Women's Club of Columbia, 1703 Blossom Sreet: 1940 (built) 15 comments
Today's bonus post comes from commenter Dennis, as do the photos:
After driving past a million times and promising myself to take some pictures before USC bulldozes it, I finally stopped and got some photos of the old Woman's Club building at 1703 Blossom St., next to their tennis center.
As you can see it is slowly moldering away. It has achieved a wonderful haunted house feel, and I'm sure it has a thousand stories and a few ghosts. I don't think it's used for anything currently. For years it was a little rundown but still rented a lot for fraternity and sorority parties. I've been to several wedding receptions and parties there.
It's basically one big room with a kitchen on the end, and some tiny side rooms. I peeked in one years ago and there was a wonderful, poster-sized b&w photo in an old frame showing the club in its heyday, with dozens of stylish ladies wearing their best hats and pearls at long banquet tables, taken in the 1940s I'd guess. I tried hard to track down who to ask about getting my hands on it but never could figure out who to talk to.
The Woman's Club of Columbia is still around and very active. They now meet here:
http://www.gfwc-sc.org/headquarters.htm
Columbia City Council records show that they were given permission and "encouragement" to put up a plaque explaining the history of the old Blossom St. place. It hasn't happened yet. The building has been nominated to go on the federal List of National Historic Places, but I don't think that has happened yet either. It's currently owned by USC and valued at $700,00 but I'm sure the acre and a half lot is worth a lot more than that. And the huge oak trees are priceless.
UPDATE 8 November 2009: Added '1940' to post title.
Wade Hampton Hotel, 1201 Main Street: Early 1980s 53 comments
COLUMBIA, SOUTH CAROLINA
Looking down Main Street from the Capitol Steps. Points of interest: Foreground, bronze statue of George Washington; Center Monument in memory of soldiers of the Confederacy; left Wade Hampton Hotel; right American Sentinel
The Wade Hampton Hotel was a fixture across from The Capitol when I was growing up, although I don't believe I ever set foot inside. The place had a "I was built in the 1940s" look which is enhanced by the marquee shown in one picture identifying the place rather antiquely as Hotel Wade Hampton rather than The Wade Hampton Hotel.
There was a restaurant inside the hotel called Maxim's which I have an ad for somewhere that I have not got around to scanning.
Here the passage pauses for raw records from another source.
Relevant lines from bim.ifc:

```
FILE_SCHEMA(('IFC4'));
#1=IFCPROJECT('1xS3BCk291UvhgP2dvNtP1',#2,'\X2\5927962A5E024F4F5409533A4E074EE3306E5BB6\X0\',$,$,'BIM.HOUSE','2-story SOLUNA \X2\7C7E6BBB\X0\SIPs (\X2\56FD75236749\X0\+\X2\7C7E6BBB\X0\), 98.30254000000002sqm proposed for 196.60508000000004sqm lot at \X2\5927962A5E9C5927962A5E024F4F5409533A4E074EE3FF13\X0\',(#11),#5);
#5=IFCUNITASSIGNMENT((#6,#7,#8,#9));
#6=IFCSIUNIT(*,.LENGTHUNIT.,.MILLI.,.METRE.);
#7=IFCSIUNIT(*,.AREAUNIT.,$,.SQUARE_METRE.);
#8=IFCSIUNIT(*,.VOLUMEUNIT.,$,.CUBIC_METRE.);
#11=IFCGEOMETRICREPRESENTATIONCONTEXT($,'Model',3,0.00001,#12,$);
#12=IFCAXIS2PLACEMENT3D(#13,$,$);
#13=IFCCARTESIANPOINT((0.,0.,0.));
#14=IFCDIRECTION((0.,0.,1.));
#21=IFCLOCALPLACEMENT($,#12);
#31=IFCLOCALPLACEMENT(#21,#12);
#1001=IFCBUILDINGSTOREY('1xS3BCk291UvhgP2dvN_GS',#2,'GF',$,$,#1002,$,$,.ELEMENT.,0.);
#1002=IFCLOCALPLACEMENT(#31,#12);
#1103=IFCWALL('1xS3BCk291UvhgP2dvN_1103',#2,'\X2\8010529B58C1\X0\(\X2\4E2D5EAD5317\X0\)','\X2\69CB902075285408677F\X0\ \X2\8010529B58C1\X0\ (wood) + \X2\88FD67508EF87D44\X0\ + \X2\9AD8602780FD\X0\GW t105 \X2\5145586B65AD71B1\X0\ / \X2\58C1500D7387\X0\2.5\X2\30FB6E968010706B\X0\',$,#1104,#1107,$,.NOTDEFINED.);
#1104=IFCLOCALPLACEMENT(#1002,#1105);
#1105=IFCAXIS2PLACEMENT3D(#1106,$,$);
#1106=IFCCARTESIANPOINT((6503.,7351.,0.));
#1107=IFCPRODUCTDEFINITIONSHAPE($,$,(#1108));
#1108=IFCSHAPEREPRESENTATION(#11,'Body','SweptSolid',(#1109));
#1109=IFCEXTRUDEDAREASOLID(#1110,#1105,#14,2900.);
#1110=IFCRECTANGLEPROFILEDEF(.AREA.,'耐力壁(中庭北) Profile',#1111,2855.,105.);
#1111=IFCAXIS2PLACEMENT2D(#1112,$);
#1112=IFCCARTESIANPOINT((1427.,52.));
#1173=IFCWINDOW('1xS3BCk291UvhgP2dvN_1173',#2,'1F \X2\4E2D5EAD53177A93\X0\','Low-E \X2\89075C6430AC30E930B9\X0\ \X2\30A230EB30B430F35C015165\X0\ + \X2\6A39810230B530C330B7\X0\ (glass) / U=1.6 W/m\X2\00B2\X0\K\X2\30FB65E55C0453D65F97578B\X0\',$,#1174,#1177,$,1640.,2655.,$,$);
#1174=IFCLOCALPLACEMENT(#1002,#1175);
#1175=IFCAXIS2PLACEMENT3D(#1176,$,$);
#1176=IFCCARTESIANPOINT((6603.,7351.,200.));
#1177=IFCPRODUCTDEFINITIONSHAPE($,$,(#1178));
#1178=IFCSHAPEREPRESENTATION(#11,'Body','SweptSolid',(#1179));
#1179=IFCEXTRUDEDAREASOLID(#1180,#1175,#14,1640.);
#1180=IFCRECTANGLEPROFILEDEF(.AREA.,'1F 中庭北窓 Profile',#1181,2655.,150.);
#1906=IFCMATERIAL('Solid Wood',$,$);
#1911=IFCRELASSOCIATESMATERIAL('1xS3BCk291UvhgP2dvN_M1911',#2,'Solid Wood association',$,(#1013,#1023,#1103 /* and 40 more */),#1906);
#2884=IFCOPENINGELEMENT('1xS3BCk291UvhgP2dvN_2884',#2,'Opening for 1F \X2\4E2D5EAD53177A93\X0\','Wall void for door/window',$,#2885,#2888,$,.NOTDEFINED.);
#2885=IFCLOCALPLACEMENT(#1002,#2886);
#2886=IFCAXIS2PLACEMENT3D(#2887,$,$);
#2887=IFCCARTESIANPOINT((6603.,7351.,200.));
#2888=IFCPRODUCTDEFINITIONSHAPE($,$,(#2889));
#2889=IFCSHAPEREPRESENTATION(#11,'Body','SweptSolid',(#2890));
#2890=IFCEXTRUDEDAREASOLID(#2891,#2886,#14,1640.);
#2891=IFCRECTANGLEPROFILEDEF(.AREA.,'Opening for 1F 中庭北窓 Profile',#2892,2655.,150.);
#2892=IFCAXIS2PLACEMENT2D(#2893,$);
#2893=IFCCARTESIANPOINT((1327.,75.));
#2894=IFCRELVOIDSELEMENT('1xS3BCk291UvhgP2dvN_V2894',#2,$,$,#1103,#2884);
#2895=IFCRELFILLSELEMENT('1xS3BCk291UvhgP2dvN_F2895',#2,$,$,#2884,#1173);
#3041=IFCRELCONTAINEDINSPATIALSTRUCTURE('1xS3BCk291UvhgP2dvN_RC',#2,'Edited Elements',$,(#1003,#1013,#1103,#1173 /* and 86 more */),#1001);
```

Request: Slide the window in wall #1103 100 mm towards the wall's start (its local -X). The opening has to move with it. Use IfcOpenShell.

```python
import ifcopenshell
import ifcopenshell.api.geometry
import ifcopenshell.util.placement
import ifcopenshell.util.unit

model = ifcopenshell.open("bim.ifc")
unit_scale = ifcopenshell.util.unit.calculate_unit_scale(model)

window = model.by_guid("1xS3BCk291UvhgP2dvN_1173")
opening = window.FillsVoids[0].RelatingOpeningElement
wall = opening.VoidsElements[0].RelatingBuildingElement

wall_matrix = ifcopenshell.util.placement.get_local_placement(wall.ObjectPlacement)
shift = wall_matrix[:3, 0] * -0.1 / unit_scale
before = ifcopenshell.util.placement.get_local_placement(window.ObjectPlacement)[:3, 3].copy()

# The window is not placed relative to its opening, so move both.
for product in (opening, window):
    matrix = ifcopenshell.util.placement.get_local_placement(product.ObjectPlacement)
    matrix[:3, 3] += shift
    ifcopenshell.api.geometry.edit_object_placement(model, product=product, matrix=matrix, is_si=False)

after = ifcopenshell.util.placement.get_local_placement(window.ObjectPlacement)[:3, 3]
print("window moved by", (after - before).round(3) + 0.0)

model.write("bim_v2.ifc")
```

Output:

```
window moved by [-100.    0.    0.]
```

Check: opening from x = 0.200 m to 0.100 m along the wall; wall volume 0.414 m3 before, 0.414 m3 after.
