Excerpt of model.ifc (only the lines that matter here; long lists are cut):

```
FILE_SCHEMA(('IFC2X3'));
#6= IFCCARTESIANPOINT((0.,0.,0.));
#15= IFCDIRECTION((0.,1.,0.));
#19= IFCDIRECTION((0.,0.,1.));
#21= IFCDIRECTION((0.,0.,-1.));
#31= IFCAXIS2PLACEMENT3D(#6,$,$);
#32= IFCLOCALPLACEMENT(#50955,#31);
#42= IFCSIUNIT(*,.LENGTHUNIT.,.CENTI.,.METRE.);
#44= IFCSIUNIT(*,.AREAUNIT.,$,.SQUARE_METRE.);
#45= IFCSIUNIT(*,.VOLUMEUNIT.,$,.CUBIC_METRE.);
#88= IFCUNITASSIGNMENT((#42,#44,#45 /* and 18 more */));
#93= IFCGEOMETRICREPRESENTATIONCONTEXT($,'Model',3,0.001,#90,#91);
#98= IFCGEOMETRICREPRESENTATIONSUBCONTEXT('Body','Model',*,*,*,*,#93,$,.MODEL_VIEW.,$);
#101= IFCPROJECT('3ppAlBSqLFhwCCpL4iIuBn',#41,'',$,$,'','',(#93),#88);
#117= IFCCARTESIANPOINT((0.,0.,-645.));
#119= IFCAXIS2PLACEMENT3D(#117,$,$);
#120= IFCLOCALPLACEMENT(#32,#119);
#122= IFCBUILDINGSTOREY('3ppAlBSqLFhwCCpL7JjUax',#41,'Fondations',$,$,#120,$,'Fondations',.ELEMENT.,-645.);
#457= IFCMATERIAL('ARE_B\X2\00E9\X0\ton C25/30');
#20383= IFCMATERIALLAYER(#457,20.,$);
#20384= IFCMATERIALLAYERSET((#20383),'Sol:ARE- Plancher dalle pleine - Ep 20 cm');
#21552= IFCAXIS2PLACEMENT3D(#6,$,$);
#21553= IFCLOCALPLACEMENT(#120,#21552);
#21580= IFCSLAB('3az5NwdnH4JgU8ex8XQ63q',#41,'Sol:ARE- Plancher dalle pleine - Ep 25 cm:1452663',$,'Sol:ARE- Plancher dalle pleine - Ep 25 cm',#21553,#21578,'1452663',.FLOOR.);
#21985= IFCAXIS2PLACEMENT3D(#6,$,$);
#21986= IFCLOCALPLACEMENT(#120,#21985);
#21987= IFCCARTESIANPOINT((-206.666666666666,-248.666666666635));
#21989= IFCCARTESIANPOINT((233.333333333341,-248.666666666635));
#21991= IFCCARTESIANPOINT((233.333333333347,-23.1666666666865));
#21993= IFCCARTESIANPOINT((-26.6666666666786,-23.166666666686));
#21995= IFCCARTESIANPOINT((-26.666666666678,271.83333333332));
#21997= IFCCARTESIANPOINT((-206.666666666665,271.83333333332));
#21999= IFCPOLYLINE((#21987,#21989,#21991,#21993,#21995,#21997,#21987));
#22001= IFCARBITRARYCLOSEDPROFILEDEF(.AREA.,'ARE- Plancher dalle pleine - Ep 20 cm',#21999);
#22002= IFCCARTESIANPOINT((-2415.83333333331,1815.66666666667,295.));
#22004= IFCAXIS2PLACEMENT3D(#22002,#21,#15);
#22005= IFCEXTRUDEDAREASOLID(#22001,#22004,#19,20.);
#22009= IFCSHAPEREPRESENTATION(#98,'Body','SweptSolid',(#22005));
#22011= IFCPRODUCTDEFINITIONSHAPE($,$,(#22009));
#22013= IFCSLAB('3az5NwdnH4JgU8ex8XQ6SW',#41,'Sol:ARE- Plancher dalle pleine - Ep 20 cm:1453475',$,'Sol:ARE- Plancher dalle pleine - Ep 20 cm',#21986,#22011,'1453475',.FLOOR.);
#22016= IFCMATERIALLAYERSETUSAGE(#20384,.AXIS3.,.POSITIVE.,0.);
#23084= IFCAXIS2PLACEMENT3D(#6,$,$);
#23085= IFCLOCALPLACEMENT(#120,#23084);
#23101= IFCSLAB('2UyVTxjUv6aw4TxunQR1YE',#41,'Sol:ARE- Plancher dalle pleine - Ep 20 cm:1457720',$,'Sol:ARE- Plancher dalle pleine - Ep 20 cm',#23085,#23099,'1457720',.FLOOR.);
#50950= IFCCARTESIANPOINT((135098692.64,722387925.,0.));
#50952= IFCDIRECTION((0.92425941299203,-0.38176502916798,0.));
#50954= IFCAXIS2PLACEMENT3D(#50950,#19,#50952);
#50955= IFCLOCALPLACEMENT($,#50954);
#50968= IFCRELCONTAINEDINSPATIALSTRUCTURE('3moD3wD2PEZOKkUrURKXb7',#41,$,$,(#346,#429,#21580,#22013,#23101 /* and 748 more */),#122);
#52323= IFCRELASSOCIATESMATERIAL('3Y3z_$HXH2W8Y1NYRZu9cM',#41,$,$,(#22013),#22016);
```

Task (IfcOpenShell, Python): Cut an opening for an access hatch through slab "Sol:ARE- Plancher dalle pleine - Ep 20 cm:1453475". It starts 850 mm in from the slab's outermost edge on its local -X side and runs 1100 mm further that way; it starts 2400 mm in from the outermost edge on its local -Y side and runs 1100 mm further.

```python
import numpy as np
import ifcopenshell
import ifcopenshell.api.feature
import ifcopenshell.api.geometry
import ifcopenshell.api.root
import ifcopenshell.geom
import ifcopenshell.util.placement
import ifcopenshell.util.representation
import ifcopenshell.util.shape
import ifcopenshell.util.unit

model = ifcopenshell.open("model.ifc")
unit_scale = ifcopenshell.util.unit.calculate_unit_scale(model)
settings = ifcopenshell.geom.settings()


def volume(element):
    """Net volume in cubic metres, openings subtracted."""
    shape = ifcopenshell.geom.create_shape(settings, element)
    return ifcopenshell.util.shape.get_volume(shape.geometry)


slab = model.by_guid("3az5NwdnH4JgU8ex8XQ6SW")
before = volume(slab)

# Extent in the slab's own axes, in metres. The edges named are its -X and -Y sides.
slab_shape = ifcopenshell.geom.create_shape(settings, slab)
vertices = ifcopenshell.util.shape.get_vertices(slab_shape.geometry)
x_min, y_min, bottom = vertices.min(axis=0)
top = vertices[:, 2].max()

opening = ifcopenshell.api.root.create_entity(model, ifc_class="IfcOpeningElement", name="Access hatch opening")
context = ifcopenshell.util.representation.get_context(model, "Model", "Body", "MODEL_VIEW")
width, depth = 1.1, 1.1
outline = [(0.0, 0.0), (width, 0.0), (width, depth), (0.0, depth), (0.0, 0.0)]
# Overshoot both faces by 50 mm so the cut is clean.
shape = ifcopenshell.api.geometry.add_slab_representation(
    model, context=context, depth=top - bottom + 0.1, polyline=outline
)
ifcopenshell.api.geometry.assign_representation(model, product=opening, representation=shape)

matrix = ifcopenshell.util.placement.get_local_placement(slab.ObjectPlacement)
matrix[:, 3] = matrix @ np.append(np.array([x_min + 0.85, y_min + 2.4, bottom - 0.05]) / unit_scale, 1.0)
ifcopenshell.api.geometry.edit_object_placement(model, product=opening, matrix=matrix, is_si=False)
ifcopenshell.api.feature.add_feature(model, feature=opening, element=slab)

after = volume(slab)

print(f"slab volume {before:.3f} -> {after:.3f} m3")

model.write("model_rev.ifc")
```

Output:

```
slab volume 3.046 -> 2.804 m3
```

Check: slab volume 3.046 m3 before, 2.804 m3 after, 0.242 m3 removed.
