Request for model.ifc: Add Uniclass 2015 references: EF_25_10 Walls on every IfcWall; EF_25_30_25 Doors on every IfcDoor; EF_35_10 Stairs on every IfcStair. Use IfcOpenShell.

First a look at what the model holds.

```python
import ifcopenshell

model = ifcopenshell.open("model.ifc")
print(model.schema)
print("classifications:", [c.Name for c in model.by_type("IfcClassification")])
for ifc_class in ("IfcDoor", "IfcRoof", "IfcStair", "IfcWall", "IfcWindow"):
    print(ifc_class, len(model.by_type(ifc_class)))
```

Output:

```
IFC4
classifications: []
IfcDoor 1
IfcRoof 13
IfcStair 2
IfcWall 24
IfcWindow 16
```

```python
import ifcopenshell
import ifcopenshell.api.classification

model = ifcopenshell.open("model.ifc")

system = ifcopenshell.api.classification.add_classification(model, classification="Uniclass 2015")

codes = {
    "IfcWall": ("EF_25_10", "Walls"),
    "IfcDoor": ("EF_25_30_25", "Doors"),
    "IfcStair": ("EF_35_10", "Stairs"),
}
for ifc_class, (code, name) in codes.items():
    products = model.by_type(ifc_class)
    ifcopenshell.api.classification.add_reference(
        model, products=products, classification=system, identification=code, name=name
    )
    print(code, len(products))

model.write("model_updated.ifc")
```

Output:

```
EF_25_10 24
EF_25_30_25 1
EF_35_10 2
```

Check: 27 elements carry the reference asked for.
It was to the effect that 5 Million Frenchmen are going to the wrong Maxim's!.
By the 70s, the hotel was on a downward slide as national chains built newer properties in more convienient locations as downtown lost its pull and the Interstates came through. By the time I started college at USC in 1980, the hotel had gone under and was being leased by the University as dormitory space much in much the same fashion as Benedict's ill-fated leasing of the old Quality Inn. I don't know if similar safety considerations in the aging building brought that situation to an end or if USC just built sufficient new space (I think Bates came online about that time), but at any rate the arrangement was terminated, and nothing took its place, so the building was finally demolished in the early 80s. I think it was an early morning implosion, which I missed since I am not a morning person, but I could be wrong.
The hotel's place on the block was taken by the AT&T building (or whatever it is called now) and a new building just going up. (Was there something else there in between WH and the crooked looking glass building?)
The views from the Capitol steps are interesting. I had totally forgotten that there was parking in front of the Capitol. Also, the Colonial Life / American Sentinel / WOLO building is really hanging in there isn't it?
Finally google turns up this. This is largely a nostalgia site but lest the retro-spectacle lenses get too rosy, there's a lot to be said for the present as well.
UPDATE 8 Sept 2010: Added Wade Hampton matchbook scan.
UPDATE 25 October 2021: Add full street address to post title. Update tags. Change expired link to wayback machine link. Add map icon.